Latent variable model for high-dimensional point process with structured missingness
Maksim Sinelnikov, Manuel Haussmann, Harri Lähdesmäki
TL;DR
This work tackles high-dimensional longitudinal data with structured missingness and irregular sampling by proposing two probabilistic latent-variable models that integrate Gaussian process priors with deep encoders/decoders. The core idea is to model three interconnected latent streams: observations $z^y$, missingness masks $z^m$, and an auxiliary time process $z^{\lambda}$ via a temporal point process, with a structured GP additive kernel to capture covariate interactions. The two variants, LLSM and LLPPSM, differ in their use of a temporal point process and its intensity as input to the GP kernels, enabling improved imputation and future prediction under MNAR/MAR conditions. Evaluation on HealthMNIST variants and Physionet ICU data demonstrates competitive or superior performance across missingness patterns, highlighting the method’s potential for robust representation learning and downstream analysis in healthcare and other longitudinal domains.
Abstract
Longitudinal data are important in numerous fields, such as healthcare, sociology and seismology, but real-world datasets present notable challenges for practitioners because they can be high-dimensional, contain structured missingness patterns, and measurement time points can be governed by an unknown stochastic process. While various solutions have been suggested, the majority of them have been designed to account for only one of these challenges. In this work, we propose a flexible and efficient latent-variable model that is capable of addressing all these limitations.

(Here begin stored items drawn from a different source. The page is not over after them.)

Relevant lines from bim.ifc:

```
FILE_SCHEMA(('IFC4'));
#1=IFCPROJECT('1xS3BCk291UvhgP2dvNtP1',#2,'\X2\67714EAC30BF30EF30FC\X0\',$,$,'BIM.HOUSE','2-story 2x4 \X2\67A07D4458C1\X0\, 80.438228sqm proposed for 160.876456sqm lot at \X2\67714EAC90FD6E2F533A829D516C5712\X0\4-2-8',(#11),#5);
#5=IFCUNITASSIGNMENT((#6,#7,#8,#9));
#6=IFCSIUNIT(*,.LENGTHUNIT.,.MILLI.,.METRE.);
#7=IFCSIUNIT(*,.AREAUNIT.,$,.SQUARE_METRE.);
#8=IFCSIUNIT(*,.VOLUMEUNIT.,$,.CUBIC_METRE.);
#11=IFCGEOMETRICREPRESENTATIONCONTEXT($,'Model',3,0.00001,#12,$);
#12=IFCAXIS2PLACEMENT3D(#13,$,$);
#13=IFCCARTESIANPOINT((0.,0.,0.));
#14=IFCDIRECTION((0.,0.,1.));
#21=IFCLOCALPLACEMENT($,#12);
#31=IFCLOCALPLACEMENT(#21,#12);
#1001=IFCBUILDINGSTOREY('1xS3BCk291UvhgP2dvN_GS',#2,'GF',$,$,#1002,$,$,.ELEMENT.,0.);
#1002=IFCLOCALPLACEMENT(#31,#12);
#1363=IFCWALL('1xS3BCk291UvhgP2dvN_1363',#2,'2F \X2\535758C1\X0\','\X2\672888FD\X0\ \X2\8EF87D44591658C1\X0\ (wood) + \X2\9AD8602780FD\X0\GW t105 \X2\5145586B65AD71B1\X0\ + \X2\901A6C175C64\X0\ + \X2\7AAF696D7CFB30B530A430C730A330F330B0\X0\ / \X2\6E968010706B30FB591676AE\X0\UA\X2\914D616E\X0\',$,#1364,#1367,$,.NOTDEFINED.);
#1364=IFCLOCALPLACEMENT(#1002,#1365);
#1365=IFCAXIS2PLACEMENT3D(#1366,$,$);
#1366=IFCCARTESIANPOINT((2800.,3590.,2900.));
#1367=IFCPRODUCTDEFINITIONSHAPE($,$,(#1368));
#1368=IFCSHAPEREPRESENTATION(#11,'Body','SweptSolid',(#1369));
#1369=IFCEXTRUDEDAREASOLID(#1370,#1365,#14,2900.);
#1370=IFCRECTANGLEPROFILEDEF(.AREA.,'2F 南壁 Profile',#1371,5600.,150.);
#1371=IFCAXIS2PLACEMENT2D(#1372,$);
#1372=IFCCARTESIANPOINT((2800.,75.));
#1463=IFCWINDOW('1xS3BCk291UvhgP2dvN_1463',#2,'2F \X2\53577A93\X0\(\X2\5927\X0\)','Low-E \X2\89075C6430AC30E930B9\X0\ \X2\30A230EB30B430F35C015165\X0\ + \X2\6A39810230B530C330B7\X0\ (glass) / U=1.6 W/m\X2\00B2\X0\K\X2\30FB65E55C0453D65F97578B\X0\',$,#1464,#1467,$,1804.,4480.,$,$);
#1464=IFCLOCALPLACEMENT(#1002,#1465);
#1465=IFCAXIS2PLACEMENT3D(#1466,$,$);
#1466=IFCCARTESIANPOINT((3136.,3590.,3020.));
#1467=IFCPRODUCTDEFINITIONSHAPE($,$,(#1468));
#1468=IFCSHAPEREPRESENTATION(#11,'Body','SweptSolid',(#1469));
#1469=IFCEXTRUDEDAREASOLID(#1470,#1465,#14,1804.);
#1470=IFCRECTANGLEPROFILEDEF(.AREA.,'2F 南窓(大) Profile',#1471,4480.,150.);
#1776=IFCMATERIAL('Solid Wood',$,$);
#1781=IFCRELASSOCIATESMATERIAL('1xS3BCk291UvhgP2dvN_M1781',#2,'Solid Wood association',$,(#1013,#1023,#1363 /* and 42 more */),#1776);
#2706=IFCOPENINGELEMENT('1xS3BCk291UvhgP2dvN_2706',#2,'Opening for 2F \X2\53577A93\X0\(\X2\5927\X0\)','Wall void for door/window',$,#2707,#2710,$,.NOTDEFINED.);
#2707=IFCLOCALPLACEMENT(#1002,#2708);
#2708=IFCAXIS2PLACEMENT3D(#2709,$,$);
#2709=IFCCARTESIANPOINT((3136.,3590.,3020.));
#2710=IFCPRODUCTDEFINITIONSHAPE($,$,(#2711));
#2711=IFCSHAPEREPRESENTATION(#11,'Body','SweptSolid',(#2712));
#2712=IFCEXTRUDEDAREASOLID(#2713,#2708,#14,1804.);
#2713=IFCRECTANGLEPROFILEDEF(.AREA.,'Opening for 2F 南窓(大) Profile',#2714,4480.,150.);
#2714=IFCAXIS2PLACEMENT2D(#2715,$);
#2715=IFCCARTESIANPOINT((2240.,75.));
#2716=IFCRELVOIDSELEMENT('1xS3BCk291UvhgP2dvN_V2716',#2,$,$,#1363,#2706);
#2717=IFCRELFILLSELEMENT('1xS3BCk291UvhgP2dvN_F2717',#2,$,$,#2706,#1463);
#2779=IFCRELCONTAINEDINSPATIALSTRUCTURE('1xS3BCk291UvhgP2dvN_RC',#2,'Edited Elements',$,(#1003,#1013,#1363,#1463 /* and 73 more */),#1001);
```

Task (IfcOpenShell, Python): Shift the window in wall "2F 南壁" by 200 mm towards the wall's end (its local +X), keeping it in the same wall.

```python
import ifcopenshell
import ifcopenshell.api.geometry
import ifcopenshell.util.placement
import ifcopenshell.util.unit

model = ifcopenshell.open("bim.ifc")
unit_scale = ifcopenshell.util.unit.calculate_unit_scale(model)

window = model.by_guid("1xS3BCk291UvhgP2dvN_1463")
opening = window.FillsVoids[0].RelatingOpeningElement
wall = opening.VoidsElements[0].RelatingBuildingElement

wall_matrix = ifcopenshell.util.placement.get_local_placement(wall.ObjectPlacement)
shift = wall_matrix[:3, 0] * 0.2 / unit_scale
before = ifcopenshell.util.placement.get_local_placement(window.ObjectPlacement)[:3, 3].copy()

# The window is not placed relative to its opening, so move both.
for product in (opening, window):
    matrix = ifcopenshell.util.placement.get_local_placement(product.ObjectPlacement)
    matrix[:3, 3] += shift
    ifcopenshell.api.geometry.edit_object_placement(model, product=product, matrix=matrix, is_si=False)

after = ifcopenshell.util.placement.get_local_placement(window.ObjectPlacement)[:3, 3]
print("window moved by", (after - before).round(3) + 0.0)

model.write("bim-out.ifc")
```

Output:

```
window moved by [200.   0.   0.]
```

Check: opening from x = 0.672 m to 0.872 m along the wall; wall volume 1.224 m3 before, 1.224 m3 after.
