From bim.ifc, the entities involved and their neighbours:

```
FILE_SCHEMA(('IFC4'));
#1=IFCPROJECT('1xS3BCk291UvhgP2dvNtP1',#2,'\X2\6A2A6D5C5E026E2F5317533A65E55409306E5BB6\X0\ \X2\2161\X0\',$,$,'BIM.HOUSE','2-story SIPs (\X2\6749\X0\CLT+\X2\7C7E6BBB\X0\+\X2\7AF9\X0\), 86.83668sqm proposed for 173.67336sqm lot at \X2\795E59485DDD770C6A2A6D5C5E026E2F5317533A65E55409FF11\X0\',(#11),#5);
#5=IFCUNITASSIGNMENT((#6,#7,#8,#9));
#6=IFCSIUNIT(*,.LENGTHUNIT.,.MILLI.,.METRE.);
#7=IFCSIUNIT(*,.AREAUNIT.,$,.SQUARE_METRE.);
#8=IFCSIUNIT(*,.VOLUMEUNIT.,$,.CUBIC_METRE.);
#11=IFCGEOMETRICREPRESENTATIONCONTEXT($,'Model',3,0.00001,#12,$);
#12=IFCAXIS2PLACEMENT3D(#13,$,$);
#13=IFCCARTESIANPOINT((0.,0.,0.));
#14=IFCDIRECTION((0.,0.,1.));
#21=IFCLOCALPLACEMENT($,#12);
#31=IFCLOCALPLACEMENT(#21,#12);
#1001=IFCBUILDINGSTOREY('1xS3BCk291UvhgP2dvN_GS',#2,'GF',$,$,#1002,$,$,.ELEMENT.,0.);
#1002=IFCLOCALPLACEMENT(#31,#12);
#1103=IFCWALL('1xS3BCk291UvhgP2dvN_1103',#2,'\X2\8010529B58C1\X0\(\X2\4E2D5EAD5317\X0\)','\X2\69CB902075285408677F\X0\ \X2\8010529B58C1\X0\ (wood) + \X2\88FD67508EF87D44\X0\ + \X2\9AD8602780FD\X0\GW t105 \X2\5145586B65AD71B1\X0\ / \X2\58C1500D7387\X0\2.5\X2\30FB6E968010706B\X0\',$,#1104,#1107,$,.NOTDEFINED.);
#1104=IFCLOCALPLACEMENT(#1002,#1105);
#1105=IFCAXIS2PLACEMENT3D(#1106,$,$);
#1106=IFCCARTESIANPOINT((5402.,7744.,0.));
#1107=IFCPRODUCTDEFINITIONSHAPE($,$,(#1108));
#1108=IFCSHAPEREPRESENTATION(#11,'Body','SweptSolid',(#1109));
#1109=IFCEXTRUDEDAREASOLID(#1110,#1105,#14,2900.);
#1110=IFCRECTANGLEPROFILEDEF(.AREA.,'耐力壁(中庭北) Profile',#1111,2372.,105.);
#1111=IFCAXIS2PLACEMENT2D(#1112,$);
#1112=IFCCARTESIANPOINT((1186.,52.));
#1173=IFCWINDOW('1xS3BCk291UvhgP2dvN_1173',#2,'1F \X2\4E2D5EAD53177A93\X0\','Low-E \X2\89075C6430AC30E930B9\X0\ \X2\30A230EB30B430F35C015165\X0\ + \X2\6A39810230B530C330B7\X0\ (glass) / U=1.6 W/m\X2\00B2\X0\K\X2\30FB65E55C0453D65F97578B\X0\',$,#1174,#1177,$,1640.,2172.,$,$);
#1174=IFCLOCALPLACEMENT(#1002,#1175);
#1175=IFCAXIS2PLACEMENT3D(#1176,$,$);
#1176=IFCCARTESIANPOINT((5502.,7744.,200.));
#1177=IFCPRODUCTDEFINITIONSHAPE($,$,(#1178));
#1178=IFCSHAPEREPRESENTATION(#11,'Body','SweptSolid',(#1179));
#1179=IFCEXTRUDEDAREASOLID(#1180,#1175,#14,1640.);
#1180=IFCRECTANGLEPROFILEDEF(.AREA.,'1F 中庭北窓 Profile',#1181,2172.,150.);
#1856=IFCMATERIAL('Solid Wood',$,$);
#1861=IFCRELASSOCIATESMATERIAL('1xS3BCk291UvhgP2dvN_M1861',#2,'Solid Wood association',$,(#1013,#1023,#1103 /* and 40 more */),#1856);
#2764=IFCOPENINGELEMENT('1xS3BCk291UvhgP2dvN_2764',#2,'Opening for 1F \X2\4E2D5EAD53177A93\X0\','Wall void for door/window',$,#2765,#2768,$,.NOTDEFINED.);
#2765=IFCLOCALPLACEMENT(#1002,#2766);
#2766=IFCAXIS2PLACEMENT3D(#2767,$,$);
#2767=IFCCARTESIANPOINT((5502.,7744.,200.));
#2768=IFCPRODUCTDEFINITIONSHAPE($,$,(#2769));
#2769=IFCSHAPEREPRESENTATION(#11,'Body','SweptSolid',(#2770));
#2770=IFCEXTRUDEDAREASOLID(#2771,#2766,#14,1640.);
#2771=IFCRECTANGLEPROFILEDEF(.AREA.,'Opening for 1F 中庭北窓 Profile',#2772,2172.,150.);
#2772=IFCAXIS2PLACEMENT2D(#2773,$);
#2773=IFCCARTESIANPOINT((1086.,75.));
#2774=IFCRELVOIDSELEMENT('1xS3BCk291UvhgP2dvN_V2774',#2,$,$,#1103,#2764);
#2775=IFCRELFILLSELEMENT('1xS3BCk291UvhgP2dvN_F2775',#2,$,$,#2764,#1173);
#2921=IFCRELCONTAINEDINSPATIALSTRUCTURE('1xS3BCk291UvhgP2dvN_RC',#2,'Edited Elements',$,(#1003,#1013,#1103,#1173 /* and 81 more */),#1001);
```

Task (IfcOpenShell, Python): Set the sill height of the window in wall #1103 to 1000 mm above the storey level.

```python
import numpy as np
import ifcopenshell
import ifcopenshell.api.geometry
import ifcopenshell.geom
import ifcopenshell.util.element
import ifcopenshell.util.placement
import ifcopenshell.util.shape
import ifcopenshell.util.unit

model = ifcopenshell.open("bim.ifc")
unit_scale = ifcopenshell.util.unit.calculate_unit_scale(model)

window = model.by_id(1173)
opening = window.FillsVoids[0].RelatingOpeningElement
storey = ifcopenshell.util.element.get_container(window, ifc_class="IfcBuildingStorey")
level = ifcopenshell.util.placement.get_local_placement(storey.ObjectPlacement)[2, 3]

# The opening's origin need not be at the sill, so measure its lowest point.
shape = ifcopenshell.geom.create_shape(ifcopenshell.geom.settings(), opening)
bottom = ifcopenshell.util.shape.get_shape_bottom_elevation(shape, shape.geometry) / unit_scale
dz = level + 1 / unit_scale - bottom

shift = np.array([0.0, 0.0, dz])
# The window is not placed relative to its opening, so move both.
for product in (opening, window):
    matrix = ifcopenshell.util.placement.get_local_placement(product.ObjectPlacement)
    matrix[:3, 3] += shift
    ifcopenshell.api.geometry.edit_object_placement(model, product=product, matrix=matrix, is_si=False)

print(f"moved by {dz * unit_scale:+.3f} m")

model.write("bim_rev.ifc")
```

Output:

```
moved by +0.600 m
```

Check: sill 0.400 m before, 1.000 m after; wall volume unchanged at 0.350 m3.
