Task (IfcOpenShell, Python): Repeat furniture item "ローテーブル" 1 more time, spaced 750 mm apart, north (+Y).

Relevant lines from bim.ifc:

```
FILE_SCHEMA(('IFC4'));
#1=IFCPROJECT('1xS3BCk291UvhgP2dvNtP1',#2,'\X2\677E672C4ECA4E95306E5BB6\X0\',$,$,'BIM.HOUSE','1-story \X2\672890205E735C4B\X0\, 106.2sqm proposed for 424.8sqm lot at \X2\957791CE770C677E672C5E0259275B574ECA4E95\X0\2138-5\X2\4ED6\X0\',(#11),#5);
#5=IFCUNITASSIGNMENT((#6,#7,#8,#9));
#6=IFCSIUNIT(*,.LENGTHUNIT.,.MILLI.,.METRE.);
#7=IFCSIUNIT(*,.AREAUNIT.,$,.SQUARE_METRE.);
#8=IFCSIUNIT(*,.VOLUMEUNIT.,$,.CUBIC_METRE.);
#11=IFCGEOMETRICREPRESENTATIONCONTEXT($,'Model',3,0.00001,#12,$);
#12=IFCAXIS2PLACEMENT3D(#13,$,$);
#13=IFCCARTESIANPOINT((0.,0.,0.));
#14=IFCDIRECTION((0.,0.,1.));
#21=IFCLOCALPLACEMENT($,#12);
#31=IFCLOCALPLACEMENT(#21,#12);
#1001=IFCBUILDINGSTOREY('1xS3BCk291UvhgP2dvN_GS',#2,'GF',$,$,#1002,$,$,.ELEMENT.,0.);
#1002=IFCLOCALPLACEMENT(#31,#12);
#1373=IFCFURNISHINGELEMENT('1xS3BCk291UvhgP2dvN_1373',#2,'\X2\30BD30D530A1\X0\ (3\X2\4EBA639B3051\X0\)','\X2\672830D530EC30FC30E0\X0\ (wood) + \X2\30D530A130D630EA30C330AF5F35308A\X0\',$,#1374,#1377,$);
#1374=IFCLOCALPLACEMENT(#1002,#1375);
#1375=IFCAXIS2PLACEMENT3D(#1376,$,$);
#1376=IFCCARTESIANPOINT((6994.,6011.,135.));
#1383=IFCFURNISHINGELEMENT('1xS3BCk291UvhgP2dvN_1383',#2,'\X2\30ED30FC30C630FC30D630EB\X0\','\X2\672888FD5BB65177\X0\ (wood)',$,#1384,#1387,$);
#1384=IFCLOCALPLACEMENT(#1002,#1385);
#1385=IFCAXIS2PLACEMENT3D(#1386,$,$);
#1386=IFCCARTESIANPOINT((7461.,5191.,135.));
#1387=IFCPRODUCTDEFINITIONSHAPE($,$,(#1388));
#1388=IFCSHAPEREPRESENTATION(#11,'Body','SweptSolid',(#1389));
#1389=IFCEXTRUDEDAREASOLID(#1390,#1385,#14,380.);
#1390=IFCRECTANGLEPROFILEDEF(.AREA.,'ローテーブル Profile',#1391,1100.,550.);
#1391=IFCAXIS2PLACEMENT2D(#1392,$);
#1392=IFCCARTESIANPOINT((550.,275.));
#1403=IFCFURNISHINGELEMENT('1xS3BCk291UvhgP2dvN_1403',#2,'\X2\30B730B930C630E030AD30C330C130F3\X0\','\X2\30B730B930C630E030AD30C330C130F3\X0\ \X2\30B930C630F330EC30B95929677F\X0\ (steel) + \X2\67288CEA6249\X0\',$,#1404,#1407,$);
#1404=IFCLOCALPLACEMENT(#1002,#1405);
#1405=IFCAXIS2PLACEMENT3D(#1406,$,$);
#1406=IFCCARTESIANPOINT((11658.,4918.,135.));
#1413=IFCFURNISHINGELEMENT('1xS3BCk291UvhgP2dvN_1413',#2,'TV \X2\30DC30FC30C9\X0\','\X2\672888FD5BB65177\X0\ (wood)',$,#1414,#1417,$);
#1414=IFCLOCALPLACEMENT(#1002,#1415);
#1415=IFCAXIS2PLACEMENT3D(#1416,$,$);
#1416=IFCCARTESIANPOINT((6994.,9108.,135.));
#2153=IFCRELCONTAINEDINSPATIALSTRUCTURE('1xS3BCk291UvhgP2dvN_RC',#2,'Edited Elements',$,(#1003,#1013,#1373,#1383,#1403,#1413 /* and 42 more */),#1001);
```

```python
import numpy as np
import ifcopenshell
import ifcopenshell.api.geometry
import ifcopenshell.api.root
import ifcopenshell.util.element
import ifcopenshell.util.placement
import ifcopenshell.util.unit

model = ifcopenshell.open("bim.ifc")
unit_scale = ifcopenshell.util.unit.calculate_unit_scale(model)


def reuse_history(source, copy):
    """copy_class also copies each property set's owner history, people and application; keep the originals."""
    for rel in copy.IsDefinedBy:
        if rel.is_a("IfcRelDefinesByProperties") and (history := rel.RelatingPropertyDefinition.OwnerHistory):
            rel.RelatingPropertyDefinition.OwnerHistory = source.OwnerHistory
            ifcopenshell.util.element.remove_deep2(model, history)


source = model.by_id(1383)
base = ifcopenshell.util.placement.get_local_placement(source.ObjectPlacement)
step = np.array([0.0, 1.0, 0.0]) * 0.75 / unit_scale

for i in range(1, 2):
    copy = ifcopenshell.api.root.copy_class(model, product=source)
    copy.Representation = ifcopenshell.util.element.copy_deep(
        model, source.Representation, exclude=["IfcGeometricRepresentationContext", "IfcRepresentationMap"]
    )
    reuse_history(source, copy)
    matrix = base.copy()
    matrix[:3, 3] += i * step
    print("added at", matrix[:3, 3].round(3) + 0.0)
    ifcopenshell.api.geometry.edit_object_placement(model, product=copy, matrix=matrix, is_si=False)

model.write("bim_rev.ifc")
```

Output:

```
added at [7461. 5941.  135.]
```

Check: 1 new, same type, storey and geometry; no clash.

Our approach utilizes Gaussian processes to capture temporal correlations between samples and their associated missingness masks as well as to model the underlying point process. We construct our model as a variational autoencoder together with deep neural network parameterised encoder and decoder models, and develop a scalable amortised variational inference approach for efficient model training. We demonstrate competitive performance using both simulated and real datasets.